Para seus amigos, Boff recomenda,
de forma muito cristã, a “autocrítica pública e humilde dos erros cometidos”, à
luz do conhecimento de que “A vida nos ensina e as escrituras cristãs não se
cansam de repetir: quem caiu sempre pode se levantar”. Para seus inimigos, os
quais também deveriam merecer seu perdão e receber suas sinceras orações, Boff
destina o desprezo e o franco combate.
São os inimigos – malditos conservadores
direitistas - acusados de usarem “mentiras e distorções”, mas os amigos
esquerdistas previsivelmente passam batido por tais acusações. Os inimigos são
acusados de baterem “panelas cheias”, mas os bolsos lotados de dinheiro público
dos amigos merecem o apelo ao perdão e recomeço.
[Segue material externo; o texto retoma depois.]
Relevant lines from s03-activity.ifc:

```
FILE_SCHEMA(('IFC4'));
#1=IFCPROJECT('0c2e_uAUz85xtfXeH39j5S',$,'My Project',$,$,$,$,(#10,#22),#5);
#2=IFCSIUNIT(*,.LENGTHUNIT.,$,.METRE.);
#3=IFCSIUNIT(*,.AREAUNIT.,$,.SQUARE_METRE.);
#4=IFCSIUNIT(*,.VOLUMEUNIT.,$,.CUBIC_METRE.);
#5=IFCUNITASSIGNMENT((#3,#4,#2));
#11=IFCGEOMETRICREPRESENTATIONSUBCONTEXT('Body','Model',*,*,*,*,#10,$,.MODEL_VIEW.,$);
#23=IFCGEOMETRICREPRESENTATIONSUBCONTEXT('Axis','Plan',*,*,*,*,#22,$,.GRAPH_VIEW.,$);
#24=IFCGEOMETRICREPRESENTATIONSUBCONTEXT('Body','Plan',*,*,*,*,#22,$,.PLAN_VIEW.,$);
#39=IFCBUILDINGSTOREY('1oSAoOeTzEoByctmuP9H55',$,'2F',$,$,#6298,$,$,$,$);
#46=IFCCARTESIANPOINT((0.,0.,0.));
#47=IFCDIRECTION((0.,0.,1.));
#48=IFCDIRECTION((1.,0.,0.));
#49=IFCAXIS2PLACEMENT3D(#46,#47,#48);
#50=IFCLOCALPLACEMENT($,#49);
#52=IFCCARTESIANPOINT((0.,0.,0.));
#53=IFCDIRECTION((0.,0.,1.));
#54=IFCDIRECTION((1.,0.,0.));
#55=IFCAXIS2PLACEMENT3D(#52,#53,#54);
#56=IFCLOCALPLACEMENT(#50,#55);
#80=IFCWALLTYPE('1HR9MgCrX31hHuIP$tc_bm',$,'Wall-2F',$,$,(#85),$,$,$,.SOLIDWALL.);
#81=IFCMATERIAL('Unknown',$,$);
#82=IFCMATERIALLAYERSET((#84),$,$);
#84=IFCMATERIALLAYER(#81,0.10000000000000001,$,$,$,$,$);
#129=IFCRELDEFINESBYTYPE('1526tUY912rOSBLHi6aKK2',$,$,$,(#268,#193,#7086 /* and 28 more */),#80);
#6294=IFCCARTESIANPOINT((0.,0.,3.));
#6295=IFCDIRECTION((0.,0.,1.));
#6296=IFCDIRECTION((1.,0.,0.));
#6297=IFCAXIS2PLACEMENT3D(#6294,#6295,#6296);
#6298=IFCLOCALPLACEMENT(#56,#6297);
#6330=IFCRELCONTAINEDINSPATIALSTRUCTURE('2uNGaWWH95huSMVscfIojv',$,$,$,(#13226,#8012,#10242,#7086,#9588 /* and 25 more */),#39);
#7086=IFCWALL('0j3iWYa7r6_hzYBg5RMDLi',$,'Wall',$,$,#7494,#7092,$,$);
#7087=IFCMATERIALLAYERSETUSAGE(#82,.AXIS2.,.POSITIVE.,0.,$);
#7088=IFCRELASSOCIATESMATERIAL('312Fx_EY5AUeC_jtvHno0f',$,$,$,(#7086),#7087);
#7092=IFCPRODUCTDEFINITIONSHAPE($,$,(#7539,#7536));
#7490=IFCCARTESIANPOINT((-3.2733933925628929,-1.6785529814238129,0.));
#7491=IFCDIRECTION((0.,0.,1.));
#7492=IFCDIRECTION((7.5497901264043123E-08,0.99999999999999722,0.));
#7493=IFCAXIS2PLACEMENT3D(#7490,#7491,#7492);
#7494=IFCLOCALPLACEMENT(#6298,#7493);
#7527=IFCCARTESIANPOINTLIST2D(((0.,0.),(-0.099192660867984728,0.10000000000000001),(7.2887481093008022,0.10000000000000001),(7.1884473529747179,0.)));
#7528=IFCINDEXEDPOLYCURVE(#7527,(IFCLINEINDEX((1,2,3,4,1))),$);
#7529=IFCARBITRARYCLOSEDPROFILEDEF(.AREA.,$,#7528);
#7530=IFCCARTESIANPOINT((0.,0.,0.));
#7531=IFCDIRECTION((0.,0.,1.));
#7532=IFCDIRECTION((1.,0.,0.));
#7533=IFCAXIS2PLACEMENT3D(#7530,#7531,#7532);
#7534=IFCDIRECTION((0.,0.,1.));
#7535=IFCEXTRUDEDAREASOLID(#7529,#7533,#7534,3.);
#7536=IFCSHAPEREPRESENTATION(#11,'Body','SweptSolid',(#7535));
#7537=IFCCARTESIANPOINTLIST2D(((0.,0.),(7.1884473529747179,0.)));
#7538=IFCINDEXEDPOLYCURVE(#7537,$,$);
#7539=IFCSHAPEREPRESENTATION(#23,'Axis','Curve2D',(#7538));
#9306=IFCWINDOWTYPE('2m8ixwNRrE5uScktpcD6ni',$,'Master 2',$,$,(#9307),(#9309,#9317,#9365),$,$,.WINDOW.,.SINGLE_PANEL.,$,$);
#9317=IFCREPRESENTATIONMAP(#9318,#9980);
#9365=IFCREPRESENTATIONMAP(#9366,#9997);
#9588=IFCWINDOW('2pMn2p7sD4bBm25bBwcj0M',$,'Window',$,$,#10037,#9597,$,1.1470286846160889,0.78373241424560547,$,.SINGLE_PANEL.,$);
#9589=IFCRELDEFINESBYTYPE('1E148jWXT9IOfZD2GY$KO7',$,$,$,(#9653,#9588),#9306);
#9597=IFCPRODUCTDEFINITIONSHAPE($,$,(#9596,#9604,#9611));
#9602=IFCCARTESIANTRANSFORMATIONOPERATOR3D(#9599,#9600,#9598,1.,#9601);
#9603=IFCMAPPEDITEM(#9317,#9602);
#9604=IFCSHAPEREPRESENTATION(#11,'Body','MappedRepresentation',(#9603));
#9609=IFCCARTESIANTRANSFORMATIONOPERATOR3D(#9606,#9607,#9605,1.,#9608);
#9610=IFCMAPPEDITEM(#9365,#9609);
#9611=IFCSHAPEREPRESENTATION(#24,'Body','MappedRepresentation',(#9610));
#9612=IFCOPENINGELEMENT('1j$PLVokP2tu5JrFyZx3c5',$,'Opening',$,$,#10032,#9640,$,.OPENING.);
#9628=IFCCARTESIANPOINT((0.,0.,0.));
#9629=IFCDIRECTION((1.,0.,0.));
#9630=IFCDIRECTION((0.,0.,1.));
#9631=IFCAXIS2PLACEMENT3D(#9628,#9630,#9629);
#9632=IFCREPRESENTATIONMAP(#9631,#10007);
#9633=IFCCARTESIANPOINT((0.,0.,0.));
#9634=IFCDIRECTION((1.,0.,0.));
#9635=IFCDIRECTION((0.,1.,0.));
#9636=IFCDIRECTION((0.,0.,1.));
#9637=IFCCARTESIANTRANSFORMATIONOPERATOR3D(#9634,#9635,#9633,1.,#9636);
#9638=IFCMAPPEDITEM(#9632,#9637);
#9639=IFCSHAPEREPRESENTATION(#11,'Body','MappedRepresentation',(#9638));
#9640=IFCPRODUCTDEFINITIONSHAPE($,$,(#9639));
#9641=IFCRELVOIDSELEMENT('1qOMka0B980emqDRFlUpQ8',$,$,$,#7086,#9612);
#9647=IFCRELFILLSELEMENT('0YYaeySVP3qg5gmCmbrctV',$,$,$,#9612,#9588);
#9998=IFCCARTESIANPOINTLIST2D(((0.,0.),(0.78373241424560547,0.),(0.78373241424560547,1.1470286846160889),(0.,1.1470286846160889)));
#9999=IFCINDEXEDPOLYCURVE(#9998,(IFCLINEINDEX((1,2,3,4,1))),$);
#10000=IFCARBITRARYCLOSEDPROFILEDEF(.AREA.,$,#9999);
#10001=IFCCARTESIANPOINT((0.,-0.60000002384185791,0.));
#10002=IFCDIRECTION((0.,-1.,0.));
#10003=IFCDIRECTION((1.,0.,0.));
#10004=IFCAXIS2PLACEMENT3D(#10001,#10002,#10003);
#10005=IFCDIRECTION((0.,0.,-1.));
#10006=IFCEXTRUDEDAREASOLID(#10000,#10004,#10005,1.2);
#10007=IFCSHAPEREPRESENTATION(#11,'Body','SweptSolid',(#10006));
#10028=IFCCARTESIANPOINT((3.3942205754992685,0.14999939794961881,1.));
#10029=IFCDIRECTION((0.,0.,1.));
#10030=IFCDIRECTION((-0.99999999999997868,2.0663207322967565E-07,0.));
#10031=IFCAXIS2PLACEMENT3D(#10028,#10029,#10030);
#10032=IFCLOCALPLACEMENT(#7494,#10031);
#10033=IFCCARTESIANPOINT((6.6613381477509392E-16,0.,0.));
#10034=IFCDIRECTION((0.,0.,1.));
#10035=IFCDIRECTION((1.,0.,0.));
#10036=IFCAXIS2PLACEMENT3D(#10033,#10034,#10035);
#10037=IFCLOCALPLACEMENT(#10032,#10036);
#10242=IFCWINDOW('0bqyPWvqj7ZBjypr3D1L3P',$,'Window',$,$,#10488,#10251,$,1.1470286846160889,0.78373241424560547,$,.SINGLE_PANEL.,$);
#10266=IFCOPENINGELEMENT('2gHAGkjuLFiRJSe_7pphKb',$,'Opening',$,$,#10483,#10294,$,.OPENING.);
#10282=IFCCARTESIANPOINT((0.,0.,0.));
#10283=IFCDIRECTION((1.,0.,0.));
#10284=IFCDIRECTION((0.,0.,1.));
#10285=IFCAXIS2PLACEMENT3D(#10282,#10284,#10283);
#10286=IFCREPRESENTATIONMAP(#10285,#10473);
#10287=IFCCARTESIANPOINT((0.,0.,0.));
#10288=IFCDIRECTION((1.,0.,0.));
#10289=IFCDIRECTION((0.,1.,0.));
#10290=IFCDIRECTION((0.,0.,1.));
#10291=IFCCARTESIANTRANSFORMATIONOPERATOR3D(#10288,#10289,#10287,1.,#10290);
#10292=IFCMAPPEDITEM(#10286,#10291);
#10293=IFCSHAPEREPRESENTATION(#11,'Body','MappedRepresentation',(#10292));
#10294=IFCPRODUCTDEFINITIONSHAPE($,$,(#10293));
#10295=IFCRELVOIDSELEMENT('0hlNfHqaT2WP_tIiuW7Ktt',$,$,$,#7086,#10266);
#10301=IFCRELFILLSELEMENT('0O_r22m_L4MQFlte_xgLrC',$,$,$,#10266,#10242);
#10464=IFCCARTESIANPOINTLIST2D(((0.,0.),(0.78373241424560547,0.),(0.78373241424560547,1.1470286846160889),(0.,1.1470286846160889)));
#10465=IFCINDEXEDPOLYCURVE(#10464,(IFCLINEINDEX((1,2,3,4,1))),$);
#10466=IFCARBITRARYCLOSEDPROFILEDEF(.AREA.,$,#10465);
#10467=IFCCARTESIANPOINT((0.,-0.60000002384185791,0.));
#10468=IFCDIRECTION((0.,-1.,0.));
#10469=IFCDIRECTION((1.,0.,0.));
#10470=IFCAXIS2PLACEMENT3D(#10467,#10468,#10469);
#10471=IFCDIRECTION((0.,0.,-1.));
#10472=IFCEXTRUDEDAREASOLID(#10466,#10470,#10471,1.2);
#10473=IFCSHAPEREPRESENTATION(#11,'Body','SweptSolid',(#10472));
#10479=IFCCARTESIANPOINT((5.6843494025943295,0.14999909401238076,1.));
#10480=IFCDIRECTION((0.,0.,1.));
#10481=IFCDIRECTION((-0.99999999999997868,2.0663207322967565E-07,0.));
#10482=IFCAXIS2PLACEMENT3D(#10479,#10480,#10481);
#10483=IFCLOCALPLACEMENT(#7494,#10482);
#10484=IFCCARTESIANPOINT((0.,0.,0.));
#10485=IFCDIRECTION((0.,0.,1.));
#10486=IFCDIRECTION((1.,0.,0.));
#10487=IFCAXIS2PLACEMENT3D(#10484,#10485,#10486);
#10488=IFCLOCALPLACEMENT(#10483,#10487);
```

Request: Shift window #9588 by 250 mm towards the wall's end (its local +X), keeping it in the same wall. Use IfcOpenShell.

```python
import ifcopenshell
import ifcopenshell.api.geometry
import ifcopenshell.util.placement

model = ifcopenshell.open("s03-activity.ifc")

window = model.by_id(9588)
opening = window.FillsVoids[0].RelatingOpeningElement
wall = opening.VoidsElements[0].RelatingBuildingElement

wall_matrix = ifcopenshell.util.placement.get_local_placement(wall.ObjectPlacement)
shift = wall_matrix[:3, 0] * 0.25
before = ifcopenshell.util.placement.get_local_placement(window.ObjectPlacement)[:3, 3].copy()

# The window is placed relative to its opening, so it follows when the opening moves.
matrix = ifcopenshell.util.placement.get_local_placement(opening.ObjectPlacement)
matrix[:3, 3] += shift
ifcopenshell.api.geometry.edit_object_placement(
    model, product=opening, matrix=matrix, is_si=False, should_transform_children=True
)

after = ifcopenshell.util.placement.get_local_placement(window.ObjectPlacement)[:3, 3]
print("window moved by", (after - before).round(3) + 0.0)

model.write("s03-activity_updated.ifc")
```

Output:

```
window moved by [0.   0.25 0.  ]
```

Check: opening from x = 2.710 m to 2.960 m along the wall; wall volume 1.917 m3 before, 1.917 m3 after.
Quando a crise é gerada pela
esquerda, ela “funciona como um crisol que purifica o ouro das gangas e o
libera para um novo uso”, integrando o caos “generativo” bem ao estilo da crítica
destrutiva da Escola de Frankfurt. Se for gerada pela direita, não se deve
jamais “aceitar as derrotas sem antes dar as batalhas”.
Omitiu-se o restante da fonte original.